Factsheet – Estimating watershed residence times in artificially-drained landscapes and relation to nutrient concentrations.
A research project funded by the Indiana Water Resources Research Center through the U.S. Geological Survey’s 104B annual base grants (section 104 of the Water Resources Research Act of 1984, as amended).
Start Date: 2018-03-01
End Date: 2019-02-28
Total Federal Funds: $15,000
Total Non-Federal Funds: $30,014
Nutrient runoff from agricultural lands leads to Harmful Algae Blooms and eutrophication in freshwater ecosystems including the Great Lakes and the Gulf of Mexico. Best Management Practices (BMPs) implemented over the last few decades aim to reduce nutrient transport to streams and rivers. Evaluations of their effectiveness have found mixed results in reducing nutrient concentrations. This could indicate that BMPs are ineffective in certain areas, or simply that the residence time of water and nutrients in the watersheds are long and the effect of BMPs won’t be seen for decades.

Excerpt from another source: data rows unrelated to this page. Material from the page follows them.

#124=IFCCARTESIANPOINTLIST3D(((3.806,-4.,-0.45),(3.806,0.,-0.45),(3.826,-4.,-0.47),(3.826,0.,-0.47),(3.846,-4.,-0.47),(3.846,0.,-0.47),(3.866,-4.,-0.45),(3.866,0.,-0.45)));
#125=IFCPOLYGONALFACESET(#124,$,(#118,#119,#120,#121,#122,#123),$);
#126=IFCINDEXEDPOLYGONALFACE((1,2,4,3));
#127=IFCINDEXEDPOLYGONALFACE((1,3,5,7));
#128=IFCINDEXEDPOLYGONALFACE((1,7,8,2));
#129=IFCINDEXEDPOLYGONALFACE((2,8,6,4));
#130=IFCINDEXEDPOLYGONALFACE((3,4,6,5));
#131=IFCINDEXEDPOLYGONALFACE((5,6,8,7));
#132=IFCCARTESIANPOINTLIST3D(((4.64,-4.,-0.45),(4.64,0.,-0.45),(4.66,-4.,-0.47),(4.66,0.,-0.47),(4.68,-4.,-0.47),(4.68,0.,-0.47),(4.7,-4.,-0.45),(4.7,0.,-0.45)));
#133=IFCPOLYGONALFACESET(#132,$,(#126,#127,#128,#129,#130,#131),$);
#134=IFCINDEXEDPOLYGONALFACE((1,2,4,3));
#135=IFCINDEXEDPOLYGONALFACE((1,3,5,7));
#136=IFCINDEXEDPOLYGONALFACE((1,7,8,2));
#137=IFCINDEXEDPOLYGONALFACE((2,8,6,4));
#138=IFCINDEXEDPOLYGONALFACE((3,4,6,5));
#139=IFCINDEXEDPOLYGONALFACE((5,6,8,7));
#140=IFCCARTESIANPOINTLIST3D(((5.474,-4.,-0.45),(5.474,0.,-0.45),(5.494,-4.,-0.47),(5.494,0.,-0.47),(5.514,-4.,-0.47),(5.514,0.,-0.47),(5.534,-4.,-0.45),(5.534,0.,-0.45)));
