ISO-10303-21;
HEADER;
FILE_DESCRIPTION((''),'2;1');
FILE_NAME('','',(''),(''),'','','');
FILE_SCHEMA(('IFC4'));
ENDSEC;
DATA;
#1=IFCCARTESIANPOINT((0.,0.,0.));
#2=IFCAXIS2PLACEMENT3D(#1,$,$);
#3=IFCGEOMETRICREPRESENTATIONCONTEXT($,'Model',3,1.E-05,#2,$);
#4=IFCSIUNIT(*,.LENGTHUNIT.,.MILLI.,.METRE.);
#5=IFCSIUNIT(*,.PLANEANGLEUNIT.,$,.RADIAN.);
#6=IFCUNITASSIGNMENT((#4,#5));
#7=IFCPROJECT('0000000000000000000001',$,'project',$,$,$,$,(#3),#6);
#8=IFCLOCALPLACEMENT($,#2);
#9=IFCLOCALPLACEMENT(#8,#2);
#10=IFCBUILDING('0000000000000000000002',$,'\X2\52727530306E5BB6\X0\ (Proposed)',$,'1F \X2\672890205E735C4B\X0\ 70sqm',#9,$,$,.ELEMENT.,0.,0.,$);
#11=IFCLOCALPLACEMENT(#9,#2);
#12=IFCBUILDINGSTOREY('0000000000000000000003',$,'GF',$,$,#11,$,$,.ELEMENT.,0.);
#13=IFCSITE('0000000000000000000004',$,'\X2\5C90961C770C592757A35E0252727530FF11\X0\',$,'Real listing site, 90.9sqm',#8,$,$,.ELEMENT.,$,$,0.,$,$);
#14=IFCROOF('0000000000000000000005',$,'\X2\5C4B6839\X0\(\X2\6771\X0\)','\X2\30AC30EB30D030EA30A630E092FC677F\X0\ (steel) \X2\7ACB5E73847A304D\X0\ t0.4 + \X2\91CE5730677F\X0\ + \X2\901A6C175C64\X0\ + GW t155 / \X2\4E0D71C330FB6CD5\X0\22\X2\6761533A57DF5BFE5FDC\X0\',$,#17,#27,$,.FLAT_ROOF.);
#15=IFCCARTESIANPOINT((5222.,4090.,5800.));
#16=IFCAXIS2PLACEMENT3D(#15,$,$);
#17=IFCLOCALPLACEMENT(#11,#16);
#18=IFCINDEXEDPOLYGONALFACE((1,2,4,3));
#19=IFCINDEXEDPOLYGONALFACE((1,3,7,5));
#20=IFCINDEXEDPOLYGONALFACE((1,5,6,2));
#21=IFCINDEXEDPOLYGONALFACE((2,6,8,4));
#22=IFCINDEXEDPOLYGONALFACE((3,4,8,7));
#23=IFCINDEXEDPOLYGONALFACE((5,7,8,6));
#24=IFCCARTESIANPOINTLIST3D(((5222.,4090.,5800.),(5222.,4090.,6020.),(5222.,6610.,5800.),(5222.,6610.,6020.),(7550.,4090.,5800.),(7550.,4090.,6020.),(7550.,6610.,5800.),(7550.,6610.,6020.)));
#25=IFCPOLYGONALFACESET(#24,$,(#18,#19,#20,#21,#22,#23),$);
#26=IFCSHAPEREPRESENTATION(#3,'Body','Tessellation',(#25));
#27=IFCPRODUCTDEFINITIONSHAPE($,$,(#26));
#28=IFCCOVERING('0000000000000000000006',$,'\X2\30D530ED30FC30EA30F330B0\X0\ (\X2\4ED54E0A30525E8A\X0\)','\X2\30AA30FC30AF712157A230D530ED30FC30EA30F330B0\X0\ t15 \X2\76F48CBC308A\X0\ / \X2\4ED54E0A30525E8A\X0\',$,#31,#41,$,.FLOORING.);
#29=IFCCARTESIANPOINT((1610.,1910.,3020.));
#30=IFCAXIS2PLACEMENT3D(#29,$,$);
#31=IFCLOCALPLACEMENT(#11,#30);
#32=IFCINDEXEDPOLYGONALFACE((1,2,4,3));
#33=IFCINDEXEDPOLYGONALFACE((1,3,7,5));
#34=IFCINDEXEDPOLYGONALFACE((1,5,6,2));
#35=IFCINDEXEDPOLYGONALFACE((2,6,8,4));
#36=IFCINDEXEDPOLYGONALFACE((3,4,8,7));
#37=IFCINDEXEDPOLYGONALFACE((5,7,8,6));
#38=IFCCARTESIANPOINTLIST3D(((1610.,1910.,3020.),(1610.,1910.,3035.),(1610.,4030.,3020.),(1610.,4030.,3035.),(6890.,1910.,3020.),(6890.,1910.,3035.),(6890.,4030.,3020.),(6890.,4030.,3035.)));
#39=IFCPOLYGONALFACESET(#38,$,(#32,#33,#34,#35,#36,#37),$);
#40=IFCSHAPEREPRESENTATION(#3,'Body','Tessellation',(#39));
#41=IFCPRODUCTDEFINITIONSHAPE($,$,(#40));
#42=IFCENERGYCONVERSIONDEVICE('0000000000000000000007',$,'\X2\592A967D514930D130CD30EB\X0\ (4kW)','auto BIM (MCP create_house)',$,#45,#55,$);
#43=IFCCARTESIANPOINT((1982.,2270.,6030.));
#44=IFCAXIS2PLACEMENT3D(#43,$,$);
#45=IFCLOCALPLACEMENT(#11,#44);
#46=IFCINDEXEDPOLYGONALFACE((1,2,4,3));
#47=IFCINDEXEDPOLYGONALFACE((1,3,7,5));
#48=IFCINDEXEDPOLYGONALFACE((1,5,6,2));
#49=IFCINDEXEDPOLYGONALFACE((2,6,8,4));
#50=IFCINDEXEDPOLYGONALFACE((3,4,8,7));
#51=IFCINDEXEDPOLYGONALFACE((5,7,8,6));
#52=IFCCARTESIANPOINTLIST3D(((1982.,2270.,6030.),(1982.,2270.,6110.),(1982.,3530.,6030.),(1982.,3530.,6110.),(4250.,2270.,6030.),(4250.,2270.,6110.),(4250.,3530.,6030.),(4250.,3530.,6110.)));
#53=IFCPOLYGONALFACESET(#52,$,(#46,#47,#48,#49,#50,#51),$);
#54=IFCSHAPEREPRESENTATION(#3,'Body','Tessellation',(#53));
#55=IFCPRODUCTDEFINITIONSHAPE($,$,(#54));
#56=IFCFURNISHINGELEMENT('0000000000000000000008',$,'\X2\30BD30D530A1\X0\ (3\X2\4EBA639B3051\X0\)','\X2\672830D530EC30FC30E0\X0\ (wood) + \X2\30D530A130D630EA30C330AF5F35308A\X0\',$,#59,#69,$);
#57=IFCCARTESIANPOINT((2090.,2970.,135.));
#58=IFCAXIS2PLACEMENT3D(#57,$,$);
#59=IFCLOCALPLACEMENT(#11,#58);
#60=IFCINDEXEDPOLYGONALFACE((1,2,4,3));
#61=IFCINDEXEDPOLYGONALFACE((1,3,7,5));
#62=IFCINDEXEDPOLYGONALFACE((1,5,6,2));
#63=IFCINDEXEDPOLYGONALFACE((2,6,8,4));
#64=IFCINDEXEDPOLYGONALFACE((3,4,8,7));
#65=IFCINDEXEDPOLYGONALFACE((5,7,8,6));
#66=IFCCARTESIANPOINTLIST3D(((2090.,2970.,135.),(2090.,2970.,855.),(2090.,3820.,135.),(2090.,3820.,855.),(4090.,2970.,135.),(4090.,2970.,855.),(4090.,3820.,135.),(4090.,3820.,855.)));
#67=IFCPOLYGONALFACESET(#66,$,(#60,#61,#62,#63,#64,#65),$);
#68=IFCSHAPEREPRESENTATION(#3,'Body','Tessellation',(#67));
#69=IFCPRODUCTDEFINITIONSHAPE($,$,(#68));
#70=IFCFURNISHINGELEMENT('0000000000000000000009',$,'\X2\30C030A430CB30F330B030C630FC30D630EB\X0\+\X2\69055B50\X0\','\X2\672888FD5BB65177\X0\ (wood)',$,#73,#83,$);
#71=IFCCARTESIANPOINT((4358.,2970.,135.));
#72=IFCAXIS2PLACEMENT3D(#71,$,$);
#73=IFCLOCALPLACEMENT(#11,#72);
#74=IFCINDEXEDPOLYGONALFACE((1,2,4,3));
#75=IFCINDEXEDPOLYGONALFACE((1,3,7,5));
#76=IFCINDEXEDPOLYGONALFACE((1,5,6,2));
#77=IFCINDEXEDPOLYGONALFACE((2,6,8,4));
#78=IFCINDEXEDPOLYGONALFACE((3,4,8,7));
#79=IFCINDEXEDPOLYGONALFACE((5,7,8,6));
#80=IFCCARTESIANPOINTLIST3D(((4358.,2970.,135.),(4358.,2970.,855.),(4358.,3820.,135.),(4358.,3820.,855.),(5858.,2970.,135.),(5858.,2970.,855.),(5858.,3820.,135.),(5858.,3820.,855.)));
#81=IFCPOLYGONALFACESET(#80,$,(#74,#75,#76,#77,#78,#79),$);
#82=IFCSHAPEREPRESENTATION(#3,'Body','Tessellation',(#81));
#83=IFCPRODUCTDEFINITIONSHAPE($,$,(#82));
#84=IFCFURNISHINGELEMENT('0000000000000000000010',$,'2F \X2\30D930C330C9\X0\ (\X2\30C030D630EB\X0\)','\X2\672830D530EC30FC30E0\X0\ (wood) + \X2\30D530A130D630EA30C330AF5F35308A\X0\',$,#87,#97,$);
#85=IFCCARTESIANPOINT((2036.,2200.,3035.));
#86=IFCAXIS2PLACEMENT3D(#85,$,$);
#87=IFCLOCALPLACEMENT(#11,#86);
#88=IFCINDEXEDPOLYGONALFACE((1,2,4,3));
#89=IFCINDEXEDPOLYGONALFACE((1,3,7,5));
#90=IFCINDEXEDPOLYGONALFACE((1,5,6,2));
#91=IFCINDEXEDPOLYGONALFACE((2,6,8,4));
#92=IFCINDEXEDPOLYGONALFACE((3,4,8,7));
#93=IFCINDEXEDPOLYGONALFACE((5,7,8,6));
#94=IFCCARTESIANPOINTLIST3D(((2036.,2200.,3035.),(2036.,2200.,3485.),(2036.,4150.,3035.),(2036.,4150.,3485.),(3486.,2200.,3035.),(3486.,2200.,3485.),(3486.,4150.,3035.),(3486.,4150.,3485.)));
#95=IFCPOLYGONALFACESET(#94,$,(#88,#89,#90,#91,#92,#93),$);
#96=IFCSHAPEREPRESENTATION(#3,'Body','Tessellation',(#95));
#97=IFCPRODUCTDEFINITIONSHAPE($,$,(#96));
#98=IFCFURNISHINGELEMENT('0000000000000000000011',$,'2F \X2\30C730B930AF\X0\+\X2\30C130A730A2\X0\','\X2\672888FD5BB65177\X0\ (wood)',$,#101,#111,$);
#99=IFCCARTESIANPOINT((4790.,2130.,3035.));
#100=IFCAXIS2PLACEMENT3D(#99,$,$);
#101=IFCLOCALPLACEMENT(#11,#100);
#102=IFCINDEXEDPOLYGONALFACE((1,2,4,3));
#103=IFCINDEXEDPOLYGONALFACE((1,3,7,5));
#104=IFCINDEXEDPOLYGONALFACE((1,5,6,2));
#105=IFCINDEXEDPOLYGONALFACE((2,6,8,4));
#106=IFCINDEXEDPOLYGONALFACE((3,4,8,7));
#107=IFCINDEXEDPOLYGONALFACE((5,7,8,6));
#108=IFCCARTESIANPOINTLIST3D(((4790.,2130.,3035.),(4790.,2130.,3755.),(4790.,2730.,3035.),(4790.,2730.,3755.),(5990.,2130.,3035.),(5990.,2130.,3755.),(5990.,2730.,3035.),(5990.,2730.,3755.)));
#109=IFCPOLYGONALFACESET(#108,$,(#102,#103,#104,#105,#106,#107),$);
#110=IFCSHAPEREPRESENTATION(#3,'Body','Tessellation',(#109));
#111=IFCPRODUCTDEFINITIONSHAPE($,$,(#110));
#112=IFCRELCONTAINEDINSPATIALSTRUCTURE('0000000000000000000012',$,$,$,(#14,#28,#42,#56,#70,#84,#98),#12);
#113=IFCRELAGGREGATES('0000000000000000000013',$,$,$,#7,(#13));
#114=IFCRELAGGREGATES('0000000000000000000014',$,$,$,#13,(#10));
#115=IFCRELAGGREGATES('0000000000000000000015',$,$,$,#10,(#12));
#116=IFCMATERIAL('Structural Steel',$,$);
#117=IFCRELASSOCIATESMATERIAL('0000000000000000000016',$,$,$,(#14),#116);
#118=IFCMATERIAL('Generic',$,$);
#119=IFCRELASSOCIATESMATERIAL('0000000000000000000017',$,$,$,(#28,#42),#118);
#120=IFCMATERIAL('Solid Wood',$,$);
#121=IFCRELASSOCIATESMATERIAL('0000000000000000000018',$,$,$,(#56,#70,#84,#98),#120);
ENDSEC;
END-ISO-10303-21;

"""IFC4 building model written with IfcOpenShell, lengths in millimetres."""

from ifc_helpers import new_model, si_unit, frame, frame_2d, origin, place, context, project, spatial, rectangle, extrude, material, element, save


model = new_model("IFC4")

# Units and contexts
model_context = context("Model", 3, precision=1e-05, world=origin())
ifc_project = project(units=[si_unit("LENGTHUNIT", "METRE", prefix="MILLI"), si_unit("PLANEANGLEUNIT", "RADIAN")], contexts=[model_context])

# Site, building, storey
site_placement = place(None, origin())
site = spatial("IfcSite", under=ifc_project, at=site_placement, Name="岐阜県大垣市割田１", ObjectType="Real listing site, 90.9sqm", CompositionType="ELEMENT", RefElevation=0.0)
building_placement = place(site_placement, origin())
building = spatial("IfcBuilding", under=site, at=building_placement, Name="割田の家 (Proposed)", ObjectType="1F 木造平屋 70sqm", CompositionType="ELEMENT", ElevationOfRefHeight=0.0, ElevationOfTerrain=0.0)
storey_placement = place(building_placement, origin())
storey = spatial("IfcBuildingStorey", under=building, at=storey_placement, Name="GF", CompositionType="ELEMENT", Elevation=0.0)

# Shared definitions
ifc_material_1 = material(Name="Solid Wood")

# Roof
ifc_material_2 = material(Name="Structural Steel")
roof_1_placement = place(storey_placement, frame((5222.0, 4090.0, 5800.0)))
element("IfcRoof", 1, at=roof_1_placement, inside=storey, material=ifc_material_2, Name="屋根(東)", Description="ガルバリウム鋼板 (steel) 立平葺き t0.4 + 野地板 + 通気層 + GW t155 / 不燃・法22条区域対応", PredefinedType="FLAT_ROOF", context=model_context, shape_type="SweptSolid", body=[
    extrude(rectangle(XDim=2328.0, YDim=2520.0, at=frame_2d((1164.0, 1260.0))), frame((5222.0, 4090.0, 5800.0)), (0.0, 0.0, 1.0), 220.0),
])

# Covering
ifc_material_3 = material(Name="Generic")
covering_placement = place(storey_placement, frame((1610.0, 1910.0, 3020.0)))
element("IfcCovering", 2, at=covering_placement, inside=storey, material=ifc_material_3, Name="フローリング (仕上げ床)", Description="オーク無垢フローリング t15 直貼り / 仕上げ床", PredefinedType="FLOORING", context=model_context, shape_type="SweptSolid", body=[
    extrude(rectangle(XDim=5280.0, YDim=2120.0, at=frame_2d((2640.0, 1060.0))), frame((1610.0, 1910.0, 3020.0)), (0.0, 0.0, 1.0), 15.0),
])

# Energy conversion device
energy_conversion_device_placement = place(storey_placement, frame((1982.0, 2270.0, 6030.0)))
element("IfcEnergyConversionDevice", 3, at=energy_conversion_device_placement, inside=storey, material=ifc_material_3, Name="太陽光パネル (4kW)", Description="auto BIM (MCP create_house)", context=model_context, shape_type="SweptSolid", body=[
    extrude(rectangle(XDim=2268.0, YDim=1260.0, at=frame_2d((1134.0, 630.0))), frame((1982.0, 2270.0, 6030.0)), (0.0, 0.0, 1.0), 80.0),
])

# Furnishing elements
furnishing_1_placement = place(storey_placement, frame((2090.0, 2970.0, 135.0)))
element("IfcFurnishingElement", 4, at=furnishing_1_placement, inside=storey, material=ifc_material_1, Name="ソファ (3人掛け)", Description="木フレーム (wood) + ファブリック張り", context=model_context, shape_type="SweptSolid", body=[
    extrude(rectangle(XDim=2000.0, YDim=850.0, at=frame_2d((1000.0, 425.0))), frame((2090.0, 2970.0, 135.0)), (0.0, 0.0, 1.0), 720.0),
])
furnishing_2_placement = place(storey_placement, frame((4358.0, 2970.0, 135.0)))
element("IfcFurnishingElement", 5, at=furnishing_2_placement, inside=storey, material=ifc_material_1, Name="ダイニングテーブル+椅子", Description="木製家具 (wood)", context=model_context, shape_type="SweptSolid", body=[
    extrude(rectangle(XDim=1500.0, YDim=850.0, at=frame_2d((750.0, 425.0))), frame((4358.0, 2970.0, 135.0)), (0.0, 0.0, 1.0), 720.0),
])
furnishing_3_placement = place(storey_placement, frame((2036.0, 2200.0, 3035.0)))
element("IfcFurnishingElement", 6, at=furnishing_3_placement, inside=storey, material=ifc_material_1, Name="2F ベッド (ダブル)", Description="木フレーム (wood) + ファブリック張り", context=model_context, shape_type="SweptSolid", body=[
    extrude(rectangle(XDim=1450.0, YDim=1950.0, at=frame_2d((725.0, 975.0))), frame((2036.0, 2200.0, 3035.0)), (0.0, 0.0, 1.0), 450.0),
])
furnishing_4_placement = place(storey_placement, frame((4790.0, 2130.0, 3035.0)))
element("IfcFurnishingElement", 7, at=furnishing_4_placement, inside=storey, material=ifc_material_1, Name="2F デスク+チェア", Description="木製家具 (wood)", context=model_context, shape_type="SweptSolid", body=[
    extrude(rectangle(XDim=1200.0, YDim=600.0, at=frame_2d((600.0, 300.0))), frame((4790.0, 2130.0, 3035.0)), (0.0, 0.0, 1.0), 720.0),
])

save(model, "model.ifc")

This project investigated the relationship between nitrate concentrations and a proxy of watershed travel times derived from water stable isotope ratio variability in the Wabash Sampling Blitz study area (Region of the Great Bend of the Wabash River watershed) . This study did not directly test BMP effectiveness, but provided a new context to examine the role of water age on nutrient dynamics.
Research Objectives
1. Classify watersheds into short and long residence times of stream water using stable isotope variability from Wabash Sampling Blitz collections. Streams that show low stable isotope variability over repeat sampling are assumed to have longer watershed travel times.
2. Confirm strong ground water influence in select watersheds in which we suspect long residence times from stable isotopes using additional sampling for isotopes and radon concentrations. Preliminary radon measurements were conducted, but Covid-19 research protocols greatly reduced the sampling that could be completed.
3. Investigate differences in nutrient concentrations of common land cover types and surface water residence times. Statistical analysis was used to explore relationships in the dataset.